Adolescent or Growth Organizations
If an organization successfully navigates the start-up stage, it will begin experiencing the opportunities and challenges of what is commonly called the growth stage. This phase is characterized by the board and staff always feeling stretched, like there is never enough. Program opportunities exceed delivery capacity. Potential new partners, collaborators and funders clamor for new services or ask for the organization to embark on new programs to serve new audiences. To navigate this stage, the board and staff must recognize the linkage between quality programming and organizational excellence and must also have clarity regarding mission, or what results does this organization seek to achieve. This is the phase when the board must sometimes say “no” to good ideas. During this phase the board and staff members may exit because “we aren’t having as much fun as we used to” or “there are too many rules.” The goal of this phase is not to become a stifling bureaucracy, but rather to align resources (human and capital) in ways that will be most effective in accelerating progress on the mission. The temptation is to hire leaders who will “bring back the fun.” This often translates into seeking an entrepreneur who is interested in fostering new program or service development and is not a systemic thinker. Those characteristics may cause an organization to return to the start-up phase or fail to negotiate the organizational development necessary to become a sustainable growth or prime organization. The ideal leader for this phase brings consistency and discipline to the organization without driving it into a risk-averse culture. This leader understands how to deliver the promised results and exceed the expectations of funders and stakeholders.

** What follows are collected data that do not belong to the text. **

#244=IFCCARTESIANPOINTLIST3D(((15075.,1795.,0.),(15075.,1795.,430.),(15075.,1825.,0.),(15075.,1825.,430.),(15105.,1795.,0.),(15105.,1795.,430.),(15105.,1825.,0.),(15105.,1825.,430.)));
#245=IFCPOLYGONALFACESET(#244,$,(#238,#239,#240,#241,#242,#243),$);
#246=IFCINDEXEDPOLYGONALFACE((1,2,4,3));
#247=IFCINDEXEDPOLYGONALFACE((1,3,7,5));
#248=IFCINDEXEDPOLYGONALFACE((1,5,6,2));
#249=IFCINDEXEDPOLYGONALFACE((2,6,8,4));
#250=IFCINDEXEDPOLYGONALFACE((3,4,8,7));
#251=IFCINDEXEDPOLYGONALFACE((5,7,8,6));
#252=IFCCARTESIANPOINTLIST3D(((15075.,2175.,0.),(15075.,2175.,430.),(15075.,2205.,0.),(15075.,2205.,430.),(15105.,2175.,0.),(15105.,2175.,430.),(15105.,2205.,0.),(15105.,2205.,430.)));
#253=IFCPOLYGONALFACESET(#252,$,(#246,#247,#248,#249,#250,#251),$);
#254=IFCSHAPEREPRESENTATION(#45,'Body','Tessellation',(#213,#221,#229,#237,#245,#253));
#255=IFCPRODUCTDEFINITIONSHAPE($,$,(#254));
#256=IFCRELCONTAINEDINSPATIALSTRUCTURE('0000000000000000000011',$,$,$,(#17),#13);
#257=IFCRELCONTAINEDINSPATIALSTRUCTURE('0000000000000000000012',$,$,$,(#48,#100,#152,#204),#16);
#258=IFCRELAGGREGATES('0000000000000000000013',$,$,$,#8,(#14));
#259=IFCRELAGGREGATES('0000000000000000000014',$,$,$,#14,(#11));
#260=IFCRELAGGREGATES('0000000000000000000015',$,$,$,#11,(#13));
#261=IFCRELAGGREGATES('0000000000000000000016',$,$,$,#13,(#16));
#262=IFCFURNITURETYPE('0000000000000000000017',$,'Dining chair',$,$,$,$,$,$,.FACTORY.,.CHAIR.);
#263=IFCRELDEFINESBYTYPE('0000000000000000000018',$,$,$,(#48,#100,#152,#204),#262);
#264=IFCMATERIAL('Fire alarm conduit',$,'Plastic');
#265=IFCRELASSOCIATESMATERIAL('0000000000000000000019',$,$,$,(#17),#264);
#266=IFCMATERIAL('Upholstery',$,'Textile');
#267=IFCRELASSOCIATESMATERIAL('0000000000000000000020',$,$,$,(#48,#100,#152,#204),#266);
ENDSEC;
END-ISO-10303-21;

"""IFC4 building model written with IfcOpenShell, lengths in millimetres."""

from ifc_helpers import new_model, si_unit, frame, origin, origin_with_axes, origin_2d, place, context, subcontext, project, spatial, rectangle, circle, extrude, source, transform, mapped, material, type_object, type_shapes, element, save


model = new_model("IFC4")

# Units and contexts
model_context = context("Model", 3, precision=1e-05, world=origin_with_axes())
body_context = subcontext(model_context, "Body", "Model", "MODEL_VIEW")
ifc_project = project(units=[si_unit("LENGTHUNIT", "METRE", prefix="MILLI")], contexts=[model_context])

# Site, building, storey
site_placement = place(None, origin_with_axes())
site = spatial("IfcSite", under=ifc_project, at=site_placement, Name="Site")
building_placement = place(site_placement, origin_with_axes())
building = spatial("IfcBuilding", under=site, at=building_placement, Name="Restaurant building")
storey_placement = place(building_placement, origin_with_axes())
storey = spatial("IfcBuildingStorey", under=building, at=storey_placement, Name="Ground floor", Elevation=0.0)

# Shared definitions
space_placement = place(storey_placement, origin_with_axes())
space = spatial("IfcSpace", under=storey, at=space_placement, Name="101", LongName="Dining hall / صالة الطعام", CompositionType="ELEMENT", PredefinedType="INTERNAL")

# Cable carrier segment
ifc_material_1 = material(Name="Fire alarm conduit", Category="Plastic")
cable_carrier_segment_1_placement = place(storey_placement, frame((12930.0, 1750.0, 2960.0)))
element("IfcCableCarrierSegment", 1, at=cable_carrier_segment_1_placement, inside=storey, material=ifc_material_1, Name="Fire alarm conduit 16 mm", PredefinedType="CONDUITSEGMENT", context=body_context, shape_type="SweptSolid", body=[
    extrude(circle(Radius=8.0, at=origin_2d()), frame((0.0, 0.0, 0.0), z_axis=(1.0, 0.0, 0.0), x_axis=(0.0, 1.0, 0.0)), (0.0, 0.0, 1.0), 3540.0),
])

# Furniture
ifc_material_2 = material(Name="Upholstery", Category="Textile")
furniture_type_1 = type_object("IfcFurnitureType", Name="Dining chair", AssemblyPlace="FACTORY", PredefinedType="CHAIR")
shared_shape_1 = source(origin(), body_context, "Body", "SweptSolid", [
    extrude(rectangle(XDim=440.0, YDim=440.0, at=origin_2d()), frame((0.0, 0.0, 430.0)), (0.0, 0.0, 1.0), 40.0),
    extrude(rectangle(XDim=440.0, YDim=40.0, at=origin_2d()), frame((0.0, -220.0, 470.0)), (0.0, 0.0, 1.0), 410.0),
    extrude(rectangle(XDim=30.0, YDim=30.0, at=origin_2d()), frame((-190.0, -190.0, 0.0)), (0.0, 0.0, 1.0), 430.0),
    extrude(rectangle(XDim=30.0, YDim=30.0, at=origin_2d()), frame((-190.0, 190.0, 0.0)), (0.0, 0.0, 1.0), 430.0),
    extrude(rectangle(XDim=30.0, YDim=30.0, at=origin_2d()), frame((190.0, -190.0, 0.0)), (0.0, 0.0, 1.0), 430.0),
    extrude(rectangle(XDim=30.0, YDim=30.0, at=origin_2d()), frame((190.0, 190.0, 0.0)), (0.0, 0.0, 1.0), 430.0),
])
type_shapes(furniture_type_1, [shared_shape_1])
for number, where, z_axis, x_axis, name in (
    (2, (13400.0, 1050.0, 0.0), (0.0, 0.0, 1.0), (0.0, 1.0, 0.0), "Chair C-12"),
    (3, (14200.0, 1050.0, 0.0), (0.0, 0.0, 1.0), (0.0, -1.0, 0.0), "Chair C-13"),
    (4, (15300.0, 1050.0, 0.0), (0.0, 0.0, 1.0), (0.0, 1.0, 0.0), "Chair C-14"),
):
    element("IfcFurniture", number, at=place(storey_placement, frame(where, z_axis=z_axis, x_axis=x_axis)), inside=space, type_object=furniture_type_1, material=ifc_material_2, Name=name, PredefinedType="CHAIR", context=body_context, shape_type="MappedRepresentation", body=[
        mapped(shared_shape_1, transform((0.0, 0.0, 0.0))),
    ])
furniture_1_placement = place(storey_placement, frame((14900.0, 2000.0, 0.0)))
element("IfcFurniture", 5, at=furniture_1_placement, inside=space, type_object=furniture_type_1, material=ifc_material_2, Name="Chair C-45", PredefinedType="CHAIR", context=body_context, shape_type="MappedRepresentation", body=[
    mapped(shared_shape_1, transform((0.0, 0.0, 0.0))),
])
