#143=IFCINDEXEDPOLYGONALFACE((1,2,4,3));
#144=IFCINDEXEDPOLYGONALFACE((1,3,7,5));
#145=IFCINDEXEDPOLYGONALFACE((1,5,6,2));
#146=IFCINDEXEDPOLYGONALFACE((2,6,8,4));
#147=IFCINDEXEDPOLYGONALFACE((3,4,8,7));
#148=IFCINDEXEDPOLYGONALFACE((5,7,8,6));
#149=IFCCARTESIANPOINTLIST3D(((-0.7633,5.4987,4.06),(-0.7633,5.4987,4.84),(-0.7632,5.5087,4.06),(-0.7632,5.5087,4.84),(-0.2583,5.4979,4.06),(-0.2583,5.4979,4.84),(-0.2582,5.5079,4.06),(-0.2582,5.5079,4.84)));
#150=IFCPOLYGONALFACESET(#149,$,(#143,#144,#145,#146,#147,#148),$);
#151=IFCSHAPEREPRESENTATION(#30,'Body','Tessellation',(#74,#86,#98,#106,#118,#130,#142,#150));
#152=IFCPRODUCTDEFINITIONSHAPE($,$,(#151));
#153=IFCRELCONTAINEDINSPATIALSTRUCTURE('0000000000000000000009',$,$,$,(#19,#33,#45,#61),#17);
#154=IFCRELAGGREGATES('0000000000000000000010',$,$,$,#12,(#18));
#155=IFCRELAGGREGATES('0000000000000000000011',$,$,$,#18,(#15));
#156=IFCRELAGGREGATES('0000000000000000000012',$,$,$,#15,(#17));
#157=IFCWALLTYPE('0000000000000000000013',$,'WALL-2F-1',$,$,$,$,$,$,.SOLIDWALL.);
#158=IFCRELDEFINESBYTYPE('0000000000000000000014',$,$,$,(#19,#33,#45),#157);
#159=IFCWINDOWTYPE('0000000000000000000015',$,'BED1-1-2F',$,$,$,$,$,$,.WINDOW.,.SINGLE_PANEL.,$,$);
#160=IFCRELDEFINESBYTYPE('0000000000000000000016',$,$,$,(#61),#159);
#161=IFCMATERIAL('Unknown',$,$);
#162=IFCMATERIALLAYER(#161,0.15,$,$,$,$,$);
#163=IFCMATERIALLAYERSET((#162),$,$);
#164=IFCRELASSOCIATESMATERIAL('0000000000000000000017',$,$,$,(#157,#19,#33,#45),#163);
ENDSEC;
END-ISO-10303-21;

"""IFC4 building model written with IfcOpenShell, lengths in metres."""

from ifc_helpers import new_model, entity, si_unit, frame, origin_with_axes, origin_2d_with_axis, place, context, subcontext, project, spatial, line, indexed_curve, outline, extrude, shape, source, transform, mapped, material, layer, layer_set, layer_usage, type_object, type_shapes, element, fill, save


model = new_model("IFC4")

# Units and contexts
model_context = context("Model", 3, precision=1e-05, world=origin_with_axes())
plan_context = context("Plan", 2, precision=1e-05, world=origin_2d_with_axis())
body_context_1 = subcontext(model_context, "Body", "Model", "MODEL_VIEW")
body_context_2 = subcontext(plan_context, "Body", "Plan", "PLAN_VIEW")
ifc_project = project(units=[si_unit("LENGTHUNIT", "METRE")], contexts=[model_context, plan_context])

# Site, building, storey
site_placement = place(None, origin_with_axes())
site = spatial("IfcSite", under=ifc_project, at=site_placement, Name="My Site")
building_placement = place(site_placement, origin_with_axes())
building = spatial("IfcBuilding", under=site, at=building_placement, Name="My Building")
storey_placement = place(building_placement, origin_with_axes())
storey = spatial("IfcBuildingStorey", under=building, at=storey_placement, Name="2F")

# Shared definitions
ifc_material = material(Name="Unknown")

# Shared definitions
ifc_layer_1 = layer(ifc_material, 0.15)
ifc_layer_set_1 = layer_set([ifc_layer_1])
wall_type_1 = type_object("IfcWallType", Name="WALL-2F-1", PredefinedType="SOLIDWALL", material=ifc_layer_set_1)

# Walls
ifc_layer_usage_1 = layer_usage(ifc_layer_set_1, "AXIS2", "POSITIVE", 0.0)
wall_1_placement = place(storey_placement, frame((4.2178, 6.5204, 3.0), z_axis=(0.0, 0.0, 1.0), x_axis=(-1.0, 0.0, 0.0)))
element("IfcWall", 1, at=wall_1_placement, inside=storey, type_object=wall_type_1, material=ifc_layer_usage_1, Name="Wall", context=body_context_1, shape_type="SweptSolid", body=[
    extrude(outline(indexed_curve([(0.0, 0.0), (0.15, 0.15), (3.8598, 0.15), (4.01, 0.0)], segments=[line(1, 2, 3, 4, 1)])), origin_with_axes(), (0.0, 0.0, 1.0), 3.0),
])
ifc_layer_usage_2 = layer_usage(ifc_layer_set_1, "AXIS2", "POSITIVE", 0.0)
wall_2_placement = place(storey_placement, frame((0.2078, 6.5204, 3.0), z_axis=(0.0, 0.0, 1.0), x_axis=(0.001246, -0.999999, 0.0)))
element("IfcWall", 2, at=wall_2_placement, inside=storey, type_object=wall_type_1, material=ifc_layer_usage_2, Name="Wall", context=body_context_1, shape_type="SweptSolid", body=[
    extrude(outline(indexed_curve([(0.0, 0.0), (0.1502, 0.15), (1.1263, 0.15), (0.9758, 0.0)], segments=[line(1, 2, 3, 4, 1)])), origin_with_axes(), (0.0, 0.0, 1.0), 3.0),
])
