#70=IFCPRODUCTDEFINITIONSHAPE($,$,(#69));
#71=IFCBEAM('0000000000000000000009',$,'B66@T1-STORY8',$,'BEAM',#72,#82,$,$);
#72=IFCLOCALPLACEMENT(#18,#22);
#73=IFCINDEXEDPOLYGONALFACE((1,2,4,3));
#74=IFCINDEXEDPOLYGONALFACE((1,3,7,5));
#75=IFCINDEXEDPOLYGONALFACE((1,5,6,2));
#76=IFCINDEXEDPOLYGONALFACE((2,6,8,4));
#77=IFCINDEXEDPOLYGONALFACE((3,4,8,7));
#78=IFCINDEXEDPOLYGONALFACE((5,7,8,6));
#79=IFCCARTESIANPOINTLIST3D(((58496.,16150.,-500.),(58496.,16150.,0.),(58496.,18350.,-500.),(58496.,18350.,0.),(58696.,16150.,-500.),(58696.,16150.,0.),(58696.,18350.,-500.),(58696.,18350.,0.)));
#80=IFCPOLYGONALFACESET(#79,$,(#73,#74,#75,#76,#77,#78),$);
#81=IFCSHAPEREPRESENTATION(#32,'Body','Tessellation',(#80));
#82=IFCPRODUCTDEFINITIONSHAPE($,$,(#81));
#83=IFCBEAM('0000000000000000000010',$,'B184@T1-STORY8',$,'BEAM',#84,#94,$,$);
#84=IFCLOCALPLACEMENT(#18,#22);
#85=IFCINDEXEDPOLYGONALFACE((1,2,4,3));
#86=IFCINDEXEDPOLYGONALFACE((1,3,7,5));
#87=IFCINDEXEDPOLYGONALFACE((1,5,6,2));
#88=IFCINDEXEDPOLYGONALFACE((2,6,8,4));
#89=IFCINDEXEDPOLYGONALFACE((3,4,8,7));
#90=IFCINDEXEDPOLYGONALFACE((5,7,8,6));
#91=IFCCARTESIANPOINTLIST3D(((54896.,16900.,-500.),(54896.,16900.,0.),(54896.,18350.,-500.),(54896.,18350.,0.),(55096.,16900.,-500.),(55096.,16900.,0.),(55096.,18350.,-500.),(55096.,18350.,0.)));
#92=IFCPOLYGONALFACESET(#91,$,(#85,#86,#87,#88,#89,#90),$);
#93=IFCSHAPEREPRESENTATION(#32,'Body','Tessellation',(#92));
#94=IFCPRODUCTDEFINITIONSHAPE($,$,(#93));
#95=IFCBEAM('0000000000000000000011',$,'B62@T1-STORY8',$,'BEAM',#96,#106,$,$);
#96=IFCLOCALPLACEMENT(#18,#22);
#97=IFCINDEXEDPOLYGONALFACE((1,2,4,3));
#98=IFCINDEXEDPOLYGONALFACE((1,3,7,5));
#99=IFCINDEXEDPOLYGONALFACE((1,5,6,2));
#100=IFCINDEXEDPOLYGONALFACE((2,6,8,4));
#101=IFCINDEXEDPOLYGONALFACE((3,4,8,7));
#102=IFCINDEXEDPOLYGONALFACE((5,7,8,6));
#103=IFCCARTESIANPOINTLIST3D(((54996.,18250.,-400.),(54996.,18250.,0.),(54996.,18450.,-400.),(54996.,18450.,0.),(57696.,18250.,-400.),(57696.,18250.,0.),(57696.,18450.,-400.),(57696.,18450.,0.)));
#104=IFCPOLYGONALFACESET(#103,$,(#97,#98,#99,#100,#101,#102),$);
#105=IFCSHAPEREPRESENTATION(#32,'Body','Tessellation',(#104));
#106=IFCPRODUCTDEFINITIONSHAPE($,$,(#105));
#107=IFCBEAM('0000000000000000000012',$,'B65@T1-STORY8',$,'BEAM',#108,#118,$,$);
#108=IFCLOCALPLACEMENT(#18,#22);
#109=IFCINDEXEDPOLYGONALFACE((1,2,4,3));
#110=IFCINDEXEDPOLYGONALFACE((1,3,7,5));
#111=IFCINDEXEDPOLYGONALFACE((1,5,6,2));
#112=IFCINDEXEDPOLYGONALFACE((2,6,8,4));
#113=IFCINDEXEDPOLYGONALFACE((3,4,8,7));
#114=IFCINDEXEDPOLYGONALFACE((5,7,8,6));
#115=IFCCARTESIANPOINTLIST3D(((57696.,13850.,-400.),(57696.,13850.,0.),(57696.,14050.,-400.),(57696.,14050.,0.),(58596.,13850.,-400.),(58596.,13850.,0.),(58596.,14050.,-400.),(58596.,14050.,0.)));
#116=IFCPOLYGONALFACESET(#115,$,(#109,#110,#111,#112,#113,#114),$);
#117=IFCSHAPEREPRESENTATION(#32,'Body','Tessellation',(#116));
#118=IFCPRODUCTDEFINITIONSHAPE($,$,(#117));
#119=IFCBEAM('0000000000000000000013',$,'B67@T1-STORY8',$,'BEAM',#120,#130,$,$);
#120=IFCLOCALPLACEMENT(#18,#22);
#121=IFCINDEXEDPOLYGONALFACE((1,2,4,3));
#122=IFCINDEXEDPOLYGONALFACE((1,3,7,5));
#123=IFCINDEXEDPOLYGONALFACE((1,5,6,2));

Ageing, Dying and Turnaround Organizations
At this stage, an organization has lost its connection to the external environment. Decisions are made by the board and staff in support of internal drivers or agendas, rather than responding to the changing external landscape and serving their clients, as delineated in the mission. At this stage there is either a decision for renewal and reinvention or an acceptance by the board and staff to cease operations.
Obviously, the leader who would be selected to close a nonprofit and liquidate assets in a manner that is respectful to its legacy is different than the profile for an individual who will reinvent a nonprofit organization. Reinvention may require significant changes in the board and staff composition and the transformation of the organization’s culture. Moving the organization from internal preoccupation to external relevancy requires an experienced leader who understands the key values that must be instilled to drive transformational cultural change. The experience and capacity for engaging disenfranchised funders and stakeholders may be paramount to success of this reinvention phase.